▸ ASSIGNED TASK
Transcribe the listing from its top line through the line with "#108=IFCINDEXEDPOLYGONALFACE((9,10,12,11));". Keep it exact, both ends included, and add nothing.

▸ RECORDED DATA
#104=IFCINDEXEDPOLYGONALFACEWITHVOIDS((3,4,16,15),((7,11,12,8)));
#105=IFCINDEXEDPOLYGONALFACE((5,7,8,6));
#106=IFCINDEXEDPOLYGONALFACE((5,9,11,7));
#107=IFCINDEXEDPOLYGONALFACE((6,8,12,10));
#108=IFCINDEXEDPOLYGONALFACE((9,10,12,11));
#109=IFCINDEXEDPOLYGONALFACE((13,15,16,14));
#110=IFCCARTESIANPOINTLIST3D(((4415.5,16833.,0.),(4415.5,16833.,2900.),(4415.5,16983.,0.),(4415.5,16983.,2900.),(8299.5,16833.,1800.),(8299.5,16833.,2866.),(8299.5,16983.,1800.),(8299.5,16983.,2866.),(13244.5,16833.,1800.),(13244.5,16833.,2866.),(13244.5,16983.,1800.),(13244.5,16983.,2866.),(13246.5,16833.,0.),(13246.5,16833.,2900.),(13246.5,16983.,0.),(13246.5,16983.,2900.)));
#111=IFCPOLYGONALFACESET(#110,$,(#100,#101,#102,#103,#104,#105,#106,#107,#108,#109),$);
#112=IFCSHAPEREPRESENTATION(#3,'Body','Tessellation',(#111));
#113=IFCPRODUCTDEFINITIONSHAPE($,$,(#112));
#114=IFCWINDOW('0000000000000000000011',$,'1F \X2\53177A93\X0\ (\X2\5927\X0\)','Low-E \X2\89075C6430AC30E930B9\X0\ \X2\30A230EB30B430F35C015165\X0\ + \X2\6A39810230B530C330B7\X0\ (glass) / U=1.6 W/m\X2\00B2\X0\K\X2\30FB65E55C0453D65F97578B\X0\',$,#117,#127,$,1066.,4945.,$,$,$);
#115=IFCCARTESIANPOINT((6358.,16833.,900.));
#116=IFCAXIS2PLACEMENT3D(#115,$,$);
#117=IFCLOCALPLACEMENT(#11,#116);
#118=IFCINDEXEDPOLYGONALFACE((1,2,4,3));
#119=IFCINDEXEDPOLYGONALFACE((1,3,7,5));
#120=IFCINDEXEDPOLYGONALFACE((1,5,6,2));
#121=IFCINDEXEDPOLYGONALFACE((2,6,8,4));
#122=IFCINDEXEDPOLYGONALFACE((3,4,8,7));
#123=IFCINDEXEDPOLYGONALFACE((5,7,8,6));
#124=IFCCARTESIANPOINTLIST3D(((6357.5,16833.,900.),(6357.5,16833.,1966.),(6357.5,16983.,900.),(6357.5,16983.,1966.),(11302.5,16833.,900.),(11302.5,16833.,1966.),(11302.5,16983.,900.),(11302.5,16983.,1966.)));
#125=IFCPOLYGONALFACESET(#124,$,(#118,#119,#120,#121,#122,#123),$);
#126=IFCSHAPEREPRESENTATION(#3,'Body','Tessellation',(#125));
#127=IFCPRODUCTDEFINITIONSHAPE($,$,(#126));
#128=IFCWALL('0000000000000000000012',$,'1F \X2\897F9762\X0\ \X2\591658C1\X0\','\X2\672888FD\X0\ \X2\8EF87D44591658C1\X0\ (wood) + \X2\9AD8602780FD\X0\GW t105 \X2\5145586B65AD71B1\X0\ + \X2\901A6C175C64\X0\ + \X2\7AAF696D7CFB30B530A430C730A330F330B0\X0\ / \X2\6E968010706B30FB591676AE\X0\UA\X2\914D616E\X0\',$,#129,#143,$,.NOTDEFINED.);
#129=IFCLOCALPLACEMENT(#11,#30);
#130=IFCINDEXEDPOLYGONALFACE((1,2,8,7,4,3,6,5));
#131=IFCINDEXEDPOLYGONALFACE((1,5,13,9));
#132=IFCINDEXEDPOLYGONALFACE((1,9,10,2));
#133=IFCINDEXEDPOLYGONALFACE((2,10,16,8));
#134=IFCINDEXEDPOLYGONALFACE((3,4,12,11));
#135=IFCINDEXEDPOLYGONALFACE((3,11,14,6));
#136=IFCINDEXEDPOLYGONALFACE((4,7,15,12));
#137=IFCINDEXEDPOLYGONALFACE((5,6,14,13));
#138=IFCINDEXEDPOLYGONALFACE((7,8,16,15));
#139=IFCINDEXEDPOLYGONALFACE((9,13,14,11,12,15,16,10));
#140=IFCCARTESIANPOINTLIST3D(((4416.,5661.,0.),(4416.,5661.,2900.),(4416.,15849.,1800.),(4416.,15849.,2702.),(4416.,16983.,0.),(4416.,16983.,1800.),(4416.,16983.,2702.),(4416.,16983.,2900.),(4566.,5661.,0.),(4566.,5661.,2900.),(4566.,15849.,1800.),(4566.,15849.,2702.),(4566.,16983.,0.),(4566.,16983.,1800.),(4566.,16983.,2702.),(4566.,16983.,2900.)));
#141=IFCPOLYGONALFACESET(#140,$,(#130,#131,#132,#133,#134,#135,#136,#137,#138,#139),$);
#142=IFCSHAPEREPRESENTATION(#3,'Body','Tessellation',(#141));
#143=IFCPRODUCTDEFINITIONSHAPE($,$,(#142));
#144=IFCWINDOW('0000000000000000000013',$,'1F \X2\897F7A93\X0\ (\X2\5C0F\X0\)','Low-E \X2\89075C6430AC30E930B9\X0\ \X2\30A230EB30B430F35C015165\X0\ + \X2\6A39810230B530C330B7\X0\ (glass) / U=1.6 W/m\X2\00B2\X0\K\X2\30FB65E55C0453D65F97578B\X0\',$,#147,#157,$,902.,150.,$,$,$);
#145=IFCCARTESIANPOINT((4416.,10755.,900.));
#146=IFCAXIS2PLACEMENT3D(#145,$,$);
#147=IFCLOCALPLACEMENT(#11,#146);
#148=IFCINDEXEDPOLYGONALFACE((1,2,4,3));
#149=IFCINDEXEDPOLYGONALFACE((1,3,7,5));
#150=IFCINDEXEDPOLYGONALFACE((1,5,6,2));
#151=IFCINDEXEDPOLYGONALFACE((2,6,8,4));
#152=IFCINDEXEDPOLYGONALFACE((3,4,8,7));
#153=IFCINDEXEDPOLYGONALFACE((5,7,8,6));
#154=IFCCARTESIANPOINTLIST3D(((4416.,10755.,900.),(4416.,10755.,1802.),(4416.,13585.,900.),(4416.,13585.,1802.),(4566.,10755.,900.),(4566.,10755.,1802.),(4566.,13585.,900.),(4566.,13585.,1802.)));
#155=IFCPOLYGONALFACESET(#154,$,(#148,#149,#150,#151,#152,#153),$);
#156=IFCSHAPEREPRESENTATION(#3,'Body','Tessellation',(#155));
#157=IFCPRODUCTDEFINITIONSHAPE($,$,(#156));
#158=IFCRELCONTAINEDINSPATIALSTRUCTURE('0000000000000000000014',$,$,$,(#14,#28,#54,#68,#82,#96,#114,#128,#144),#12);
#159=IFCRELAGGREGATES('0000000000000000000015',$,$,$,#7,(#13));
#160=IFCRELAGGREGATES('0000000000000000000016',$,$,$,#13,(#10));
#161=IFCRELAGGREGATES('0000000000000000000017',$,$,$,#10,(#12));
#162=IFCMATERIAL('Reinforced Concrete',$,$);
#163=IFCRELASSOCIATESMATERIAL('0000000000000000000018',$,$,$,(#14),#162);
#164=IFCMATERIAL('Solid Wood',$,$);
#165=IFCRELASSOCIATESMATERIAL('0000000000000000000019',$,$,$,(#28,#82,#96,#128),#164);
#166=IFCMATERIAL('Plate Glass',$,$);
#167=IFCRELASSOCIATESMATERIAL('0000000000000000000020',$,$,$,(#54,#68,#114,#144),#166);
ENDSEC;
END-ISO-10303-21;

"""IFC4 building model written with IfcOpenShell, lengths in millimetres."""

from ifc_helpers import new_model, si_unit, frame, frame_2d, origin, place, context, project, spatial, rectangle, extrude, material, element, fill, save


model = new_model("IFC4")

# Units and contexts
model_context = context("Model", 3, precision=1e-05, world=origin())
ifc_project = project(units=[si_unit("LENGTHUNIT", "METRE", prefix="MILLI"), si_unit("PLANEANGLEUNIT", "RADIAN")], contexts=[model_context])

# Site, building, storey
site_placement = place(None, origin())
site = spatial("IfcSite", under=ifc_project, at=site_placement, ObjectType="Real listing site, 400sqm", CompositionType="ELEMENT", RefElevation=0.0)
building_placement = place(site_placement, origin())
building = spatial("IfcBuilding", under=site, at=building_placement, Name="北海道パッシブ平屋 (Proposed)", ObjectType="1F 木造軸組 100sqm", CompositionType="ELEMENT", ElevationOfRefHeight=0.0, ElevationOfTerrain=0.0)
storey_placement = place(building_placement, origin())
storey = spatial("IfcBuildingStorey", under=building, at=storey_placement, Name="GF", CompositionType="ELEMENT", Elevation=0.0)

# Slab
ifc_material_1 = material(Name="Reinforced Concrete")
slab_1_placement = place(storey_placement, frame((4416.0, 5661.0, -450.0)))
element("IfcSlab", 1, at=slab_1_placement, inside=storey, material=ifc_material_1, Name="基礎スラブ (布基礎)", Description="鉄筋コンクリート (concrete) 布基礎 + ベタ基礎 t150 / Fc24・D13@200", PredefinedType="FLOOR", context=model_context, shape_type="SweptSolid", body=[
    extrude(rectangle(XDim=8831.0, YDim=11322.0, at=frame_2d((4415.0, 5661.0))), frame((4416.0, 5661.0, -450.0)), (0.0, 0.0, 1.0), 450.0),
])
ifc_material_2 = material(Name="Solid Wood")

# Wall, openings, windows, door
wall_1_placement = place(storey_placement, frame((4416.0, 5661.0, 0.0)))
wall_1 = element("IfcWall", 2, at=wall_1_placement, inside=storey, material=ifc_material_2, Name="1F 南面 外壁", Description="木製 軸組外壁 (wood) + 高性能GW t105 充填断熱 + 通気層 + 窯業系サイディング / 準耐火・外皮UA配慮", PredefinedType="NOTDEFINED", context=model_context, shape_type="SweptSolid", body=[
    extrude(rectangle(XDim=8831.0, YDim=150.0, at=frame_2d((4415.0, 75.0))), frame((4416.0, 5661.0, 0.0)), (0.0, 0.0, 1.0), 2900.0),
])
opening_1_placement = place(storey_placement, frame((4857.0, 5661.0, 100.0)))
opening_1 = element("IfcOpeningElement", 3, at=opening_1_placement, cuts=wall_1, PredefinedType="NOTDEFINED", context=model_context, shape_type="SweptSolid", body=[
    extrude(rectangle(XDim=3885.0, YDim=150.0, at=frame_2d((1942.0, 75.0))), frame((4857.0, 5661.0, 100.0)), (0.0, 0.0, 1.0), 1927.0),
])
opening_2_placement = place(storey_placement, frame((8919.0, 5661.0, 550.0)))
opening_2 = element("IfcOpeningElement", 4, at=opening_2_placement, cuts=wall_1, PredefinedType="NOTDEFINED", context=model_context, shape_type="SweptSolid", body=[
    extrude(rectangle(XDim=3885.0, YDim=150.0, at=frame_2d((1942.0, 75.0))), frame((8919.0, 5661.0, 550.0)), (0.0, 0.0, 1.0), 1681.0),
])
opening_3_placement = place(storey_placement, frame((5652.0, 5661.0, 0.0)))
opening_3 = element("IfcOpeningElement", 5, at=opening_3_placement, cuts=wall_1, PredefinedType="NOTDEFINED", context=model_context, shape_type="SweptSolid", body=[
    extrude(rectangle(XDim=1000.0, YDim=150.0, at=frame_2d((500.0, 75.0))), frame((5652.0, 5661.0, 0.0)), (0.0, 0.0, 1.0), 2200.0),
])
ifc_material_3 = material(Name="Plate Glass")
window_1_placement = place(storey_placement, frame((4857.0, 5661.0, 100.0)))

▸ RESPONSE AREA
#104=IFCINDEXEDPOLYGONALFACEWITHVOIDS((3,4,16,15),((7,11,12,8)));
#105=IFCINDEXEDPOLYGONALFACE((5,7,8,6));
#106=IFCINDEXEDPOLYGONALFACE((5,9,11,7));
#107=IFCINDEXEDPOLYGONALFACE((6,8,12,10));
#108=IFCINDEXEDPOLYGONALFACE((9,10,12,11));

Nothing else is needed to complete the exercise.